L'évolution de la vie à travers les temps géologiques est généralement perçue comme un processus linéaire, une longue marche vers le progrès, réglée par la sélection naturelle seulement. L'iconographie habituelle la représente le plus souvent comme un cône de diversité croissante, un arbre avec de plus en plus de branches, même si à l'occasion certaines d'entre elles se sont éteintes (traits rouges).

La paléontologie nous enseigne que cette conception ne correspond pas à la réalité.

La croissance de la biodiversité?

La biodiversité actuelle est très grande au niveau du nombre des espèces à l'intérieur d'un groupe donné. Mais l'explosion du Cambrien a montré qu'au niveau des plans de vie, représentrés par divers embranchements, la biodiversité fut plus grande, à cette époque, qu'elle ne l'a jamais été. Par exemple, chez les arthropodes, un groupe aujourd'hui très diversifié qui va du homard au maringouin, seuls quatre plans de base ont survécu sur 24 essais au Cambrien (faune de Burgess).

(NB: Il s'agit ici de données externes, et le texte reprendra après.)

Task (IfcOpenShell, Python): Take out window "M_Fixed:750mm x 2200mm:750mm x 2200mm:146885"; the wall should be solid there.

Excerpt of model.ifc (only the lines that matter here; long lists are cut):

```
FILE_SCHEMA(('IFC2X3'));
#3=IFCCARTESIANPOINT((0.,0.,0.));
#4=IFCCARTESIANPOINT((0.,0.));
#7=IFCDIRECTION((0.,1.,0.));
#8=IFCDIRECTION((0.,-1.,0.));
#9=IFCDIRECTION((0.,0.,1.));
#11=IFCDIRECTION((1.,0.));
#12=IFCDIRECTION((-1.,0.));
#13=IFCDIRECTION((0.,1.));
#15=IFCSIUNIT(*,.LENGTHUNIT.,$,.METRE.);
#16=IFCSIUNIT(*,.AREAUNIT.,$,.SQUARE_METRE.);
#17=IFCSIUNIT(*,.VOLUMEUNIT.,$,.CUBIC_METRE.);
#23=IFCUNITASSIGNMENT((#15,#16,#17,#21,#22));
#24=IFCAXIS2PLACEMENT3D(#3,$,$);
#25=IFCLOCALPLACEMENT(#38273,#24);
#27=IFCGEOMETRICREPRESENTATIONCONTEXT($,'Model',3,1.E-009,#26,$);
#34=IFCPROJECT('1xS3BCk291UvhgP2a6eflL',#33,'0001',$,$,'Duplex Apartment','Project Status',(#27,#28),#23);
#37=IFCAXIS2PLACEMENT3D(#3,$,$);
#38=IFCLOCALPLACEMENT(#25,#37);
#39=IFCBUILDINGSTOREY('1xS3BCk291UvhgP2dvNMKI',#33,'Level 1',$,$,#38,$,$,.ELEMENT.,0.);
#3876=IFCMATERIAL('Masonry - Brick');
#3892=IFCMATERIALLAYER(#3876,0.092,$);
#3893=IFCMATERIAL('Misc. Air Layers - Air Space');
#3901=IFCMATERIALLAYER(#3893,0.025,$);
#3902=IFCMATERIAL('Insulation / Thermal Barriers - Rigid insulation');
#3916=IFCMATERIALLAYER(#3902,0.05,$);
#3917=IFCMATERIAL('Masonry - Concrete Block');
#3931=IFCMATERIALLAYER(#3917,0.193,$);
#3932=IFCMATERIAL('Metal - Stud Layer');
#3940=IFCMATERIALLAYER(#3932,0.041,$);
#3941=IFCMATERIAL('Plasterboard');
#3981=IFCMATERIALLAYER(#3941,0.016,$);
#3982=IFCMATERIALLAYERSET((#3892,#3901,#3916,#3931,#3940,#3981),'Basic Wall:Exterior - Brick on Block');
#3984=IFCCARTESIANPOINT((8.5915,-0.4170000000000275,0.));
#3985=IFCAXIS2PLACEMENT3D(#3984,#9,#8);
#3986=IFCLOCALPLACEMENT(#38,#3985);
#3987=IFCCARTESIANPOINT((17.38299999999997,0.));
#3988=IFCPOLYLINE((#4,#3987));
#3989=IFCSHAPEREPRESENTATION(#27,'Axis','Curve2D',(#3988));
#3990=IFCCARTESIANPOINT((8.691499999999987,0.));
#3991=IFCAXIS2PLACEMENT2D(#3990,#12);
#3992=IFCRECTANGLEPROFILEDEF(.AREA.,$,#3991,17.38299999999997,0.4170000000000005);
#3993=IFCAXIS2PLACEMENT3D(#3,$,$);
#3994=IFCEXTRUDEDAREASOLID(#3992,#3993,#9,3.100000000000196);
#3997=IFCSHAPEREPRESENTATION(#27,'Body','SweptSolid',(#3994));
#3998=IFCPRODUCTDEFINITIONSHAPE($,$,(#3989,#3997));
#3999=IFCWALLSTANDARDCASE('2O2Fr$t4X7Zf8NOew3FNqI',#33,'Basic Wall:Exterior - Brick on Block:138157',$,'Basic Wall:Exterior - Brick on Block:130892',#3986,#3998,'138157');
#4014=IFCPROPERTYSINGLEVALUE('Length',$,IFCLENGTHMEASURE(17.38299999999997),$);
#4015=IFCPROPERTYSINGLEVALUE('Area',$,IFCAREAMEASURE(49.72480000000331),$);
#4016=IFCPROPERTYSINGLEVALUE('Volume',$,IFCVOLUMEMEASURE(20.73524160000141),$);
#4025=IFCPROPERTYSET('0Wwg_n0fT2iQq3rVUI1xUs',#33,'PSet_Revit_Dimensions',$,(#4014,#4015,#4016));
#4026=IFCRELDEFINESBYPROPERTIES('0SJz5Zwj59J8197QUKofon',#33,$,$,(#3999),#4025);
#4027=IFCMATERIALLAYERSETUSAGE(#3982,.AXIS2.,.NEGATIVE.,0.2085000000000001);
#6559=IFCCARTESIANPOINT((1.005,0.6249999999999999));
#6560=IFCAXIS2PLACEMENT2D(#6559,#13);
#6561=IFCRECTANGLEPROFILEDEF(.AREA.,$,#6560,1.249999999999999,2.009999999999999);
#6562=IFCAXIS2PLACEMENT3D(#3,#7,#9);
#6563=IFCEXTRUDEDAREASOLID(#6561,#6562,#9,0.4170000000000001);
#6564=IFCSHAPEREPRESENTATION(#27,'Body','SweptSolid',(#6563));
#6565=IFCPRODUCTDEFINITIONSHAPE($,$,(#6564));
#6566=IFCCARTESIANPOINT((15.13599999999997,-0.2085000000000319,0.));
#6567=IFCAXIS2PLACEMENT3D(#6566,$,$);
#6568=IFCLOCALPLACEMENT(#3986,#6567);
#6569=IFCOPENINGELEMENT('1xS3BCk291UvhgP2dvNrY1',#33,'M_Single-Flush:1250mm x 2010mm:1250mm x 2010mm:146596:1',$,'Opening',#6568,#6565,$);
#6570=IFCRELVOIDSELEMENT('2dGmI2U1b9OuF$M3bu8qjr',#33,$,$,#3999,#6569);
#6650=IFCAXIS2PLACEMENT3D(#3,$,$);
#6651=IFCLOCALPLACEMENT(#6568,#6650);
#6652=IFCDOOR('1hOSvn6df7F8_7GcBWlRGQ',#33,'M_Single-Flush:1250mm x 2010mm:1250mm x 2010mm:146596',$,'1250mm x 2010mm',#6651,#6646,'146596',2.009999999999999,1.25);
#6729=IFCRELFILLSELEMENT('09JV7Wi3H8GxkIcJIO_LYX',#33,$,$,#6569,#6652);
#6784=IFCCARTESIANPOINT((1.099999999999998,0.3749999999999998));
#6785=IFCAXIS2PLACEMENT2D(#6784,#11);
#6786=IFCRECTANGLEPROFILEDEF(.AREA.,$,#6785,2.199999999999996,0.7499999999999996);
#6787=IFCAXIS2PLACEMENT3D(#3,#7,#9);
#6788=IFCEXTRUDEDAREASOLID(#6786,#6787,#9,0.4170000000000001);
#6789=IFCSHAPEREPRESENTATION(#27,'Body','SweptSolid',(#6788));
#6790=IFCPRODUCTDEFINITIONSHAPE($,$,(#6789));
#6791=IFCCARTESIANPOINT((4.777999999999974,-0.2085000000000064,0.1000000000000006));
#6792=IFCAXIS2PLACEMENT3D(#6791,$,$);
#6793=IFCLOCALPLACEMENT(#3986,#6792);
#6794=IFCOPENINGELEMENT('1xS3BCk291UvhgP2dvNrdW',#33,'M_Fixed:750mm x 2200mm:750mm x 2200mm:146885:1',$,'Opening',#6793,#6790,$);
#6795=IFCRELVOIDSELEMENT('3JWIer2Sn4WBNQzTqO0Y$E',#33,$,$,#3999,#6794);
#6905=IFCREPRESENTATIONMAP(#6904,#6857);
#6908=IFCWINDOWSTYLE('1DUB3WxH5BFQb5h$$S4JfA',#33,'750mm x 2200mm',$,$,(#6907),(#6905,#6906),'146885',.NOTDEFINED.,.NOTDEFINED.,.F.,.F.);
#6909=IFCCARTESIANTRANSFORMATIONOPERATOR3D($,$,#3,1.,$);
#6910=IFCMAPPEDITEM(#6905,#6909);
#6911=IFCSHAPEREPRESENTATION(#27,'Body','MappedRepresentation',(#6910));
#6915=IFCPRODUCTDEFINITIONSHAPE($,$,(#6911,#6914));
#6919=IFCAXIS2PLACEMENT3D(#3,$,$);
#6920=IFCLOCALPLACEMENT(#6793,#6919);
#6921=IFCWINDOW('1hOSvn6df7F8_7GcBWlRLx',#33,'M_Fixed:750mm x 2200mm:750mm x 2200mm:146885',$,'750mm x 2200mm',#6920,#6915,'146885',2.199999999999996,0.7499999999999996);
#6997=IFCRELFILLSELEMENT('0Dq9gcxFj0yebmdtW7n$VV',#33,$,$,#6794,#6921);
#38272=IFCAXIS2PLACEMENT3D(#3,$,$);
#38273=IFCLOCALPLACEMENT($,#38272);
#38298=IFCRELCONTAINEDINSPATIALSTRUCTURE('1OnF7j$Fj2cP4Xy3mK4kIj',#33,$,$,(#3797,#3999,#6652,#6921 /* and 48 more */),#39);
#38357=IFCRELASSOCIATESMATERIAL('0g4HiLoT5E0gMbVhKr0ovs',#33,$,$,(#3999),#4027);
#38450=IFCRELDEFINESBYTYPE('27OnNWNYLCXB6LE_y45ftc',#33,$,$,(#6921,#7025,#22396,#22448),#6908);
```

```python
import ifcopenshell
import ifcopenshell.api.feature
import ifcopenshell.api.pset
import ifcopenshell.api.root
import ifcopenshell.geom
import ifcopenshell.util.element
import ifcopenshell.util.shape
import ifcopenshell.util.unit

model = ifcopenshell.open("model.ifc")
area_scale = ifcopenshell.util.unit.calculate_unit_scale(model, "AREAUNIT")
volume_scale = ifcopenshell.util.unit.calculate_unit_scale(model, "VOLUMEUNIT")
settings = ifcopenshell.geom.settings()


def volume(element):
    """Net volume in cubic metres, openings subtracted."""
    shape = ifcopenshell.geom.create_shape(settings, element)
    return ifcopenshell.util.shape.get_volume(shape.geometry)


window = model.by_guid("1hOSvn6df7F8_7GcBWlRLx")
opening = window.FillsVoids[0].RelatingOpeningElement
wall = opening.VoidsElements[0].RelatingBuildingElement
before = volume(wall)

ifcopenshell.api.root.remove_product(model, product=window)
ifcopenshell.api.feature.remove_feature(model, feature=opening)

after = volume(wall)
thickness = 0.417  # wall thickness in metres

# Update the wall's stored quantities.
pset = model.by_id(ifcopenshell.util.element.get_pset(wall, "PSet_Revit_Dimensions", should_inherit=False)["id"])
ifcopenshell.api.pset.edit_pset(model, pset=pset, properties={
    "Area": model.create_entity("IfcAreaMeasure", after / thickness / area_scale),
    "Volume": model.create_entity("IfcVolumeMeasure", after / volume_scale),
})

print(f"wall volume {before:.3f} -> {after:.3f} m3")

model.write("model_v2.ifc")
```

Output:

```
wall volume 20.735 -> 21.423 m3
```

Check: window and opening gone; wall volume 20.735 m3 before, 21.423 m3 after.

L'analogie suivante permet de mieux saisir ces différences de diversité. Dans le monde des moyens de transports, il y a peu de plan de base: la bicyclette, l'automobile, le train, l'avion, une diversité relativement faible; mais il y a une diversité élevée, soit une infinité de variantes à l'intérieur de chacun. L'automobile n'a pas changé de plan de base depuis son invention par Henry Ford, mais ô combien de modèles par la suite!

Rapidement, après la longue vie solitaire des bactéries et des algues, les plans de base ont été établis, plus qu'il n'en fallait même. Il serait plus juste de parler des broussailles de la diversité plutôt que de l'arbre de la diversité croissante.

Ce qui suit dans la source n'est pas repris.